- [Goal of the exercise]:
All entries must be transcribed without a single difference.

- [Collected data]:

* * * * * * * * *

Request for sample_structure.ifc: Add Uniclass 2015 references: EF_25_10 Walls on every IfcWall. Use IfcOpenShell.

First a look at what the model holds.

```python
import ifcopenshell

model = ifcopenshell.open("sample_structure.ifc")
print(model.schema)
print("classifications:", [c.Name for c in model.by_type("IfcClassification")])
for ifc_class in ("IfcDoor", "IfcRoof", "IfcStair", "IfcWall", "IfcWindow"):
    print(ifc_class, len(model.by_type(ifc_class)))
```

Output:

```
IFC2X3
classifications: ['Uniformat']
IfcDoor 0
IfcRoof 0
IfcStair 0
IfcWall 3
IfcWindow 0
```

```python
import ifcopenshell
import ifcopenshell.api.classification

model = ifcopenshell.open("sample_structure.ifc")

# IFC2X3 requires Source and Edition and has no link from the project to the system.
system = model.create_entity("IfcClassification", Source="NBS", Edition="2015", Name="Uniclass 2015")

codes = {
    "IfcWall": ("EF_25_10", "Walls"),
}
for ifc_class, (code, name) in codes.items():
    products = model.by_type(ifc_class)
    ifcopenshell.api.classification.add_reference(
        model, products=products, classification=system, identification=code, name=name
    )
    print(code, len(products))

model.write("sample_structure_edited.ifc")
```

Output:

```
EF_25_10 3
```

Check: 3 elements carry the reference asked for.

* * * * * * * * *

- [Written solution]:
Request for sample_structure.ifc: Add Uniclass 2015 references: EF_25_10 Walls on every IfcWall. Use IfcOpenShell.

First a look at what the model holds.

```python
import ifcopenshell

model = ifcopenshell.open("sample_structure.ifc")
print(model.schema)
print("classifications:", [c.Name for c in model.by_type("IfcClassification")])
for ifc_class in ("IfcDoor", "IfcRoof", "IfcStair", "IfcWall", "IfcWindow"):
    print(ifc_class, len(model.by_type(ifc_class)))
```

Output:

```
IFC2X3
classifications: ['Uniformat']
IfcDoor 0
IfcRoof 0
IfcStair 0
IfcWall 3
IfcWindow 0
```

```python
import ifcopenshell
import ifcopenshell.api.classification

model = ifcopenshell.open("sample_structure.ifc")

# IFC2X3 requires Source and Edition and has no link from the project to the system.
system = model.create_entity("IfcClassification", Source="NBS", Edition="2015", Name="Uniclass 2015")

codes = {
    "IfcWall": ("EF_25_10", "Walls"),
}
for ifc_class, (code, name) in codes.items():
    products = model.by_type(ifc_class)
    ifcopenshell.api.classification.add_reference(
        model, products=products, classification=system, identification=code, name=name
    )
    print(code, len(products))

model.write("sample_structure_edited.ifc")
```

Output:

```
EF_25_10 3
```

Check: 3 elements carry the reference asked for.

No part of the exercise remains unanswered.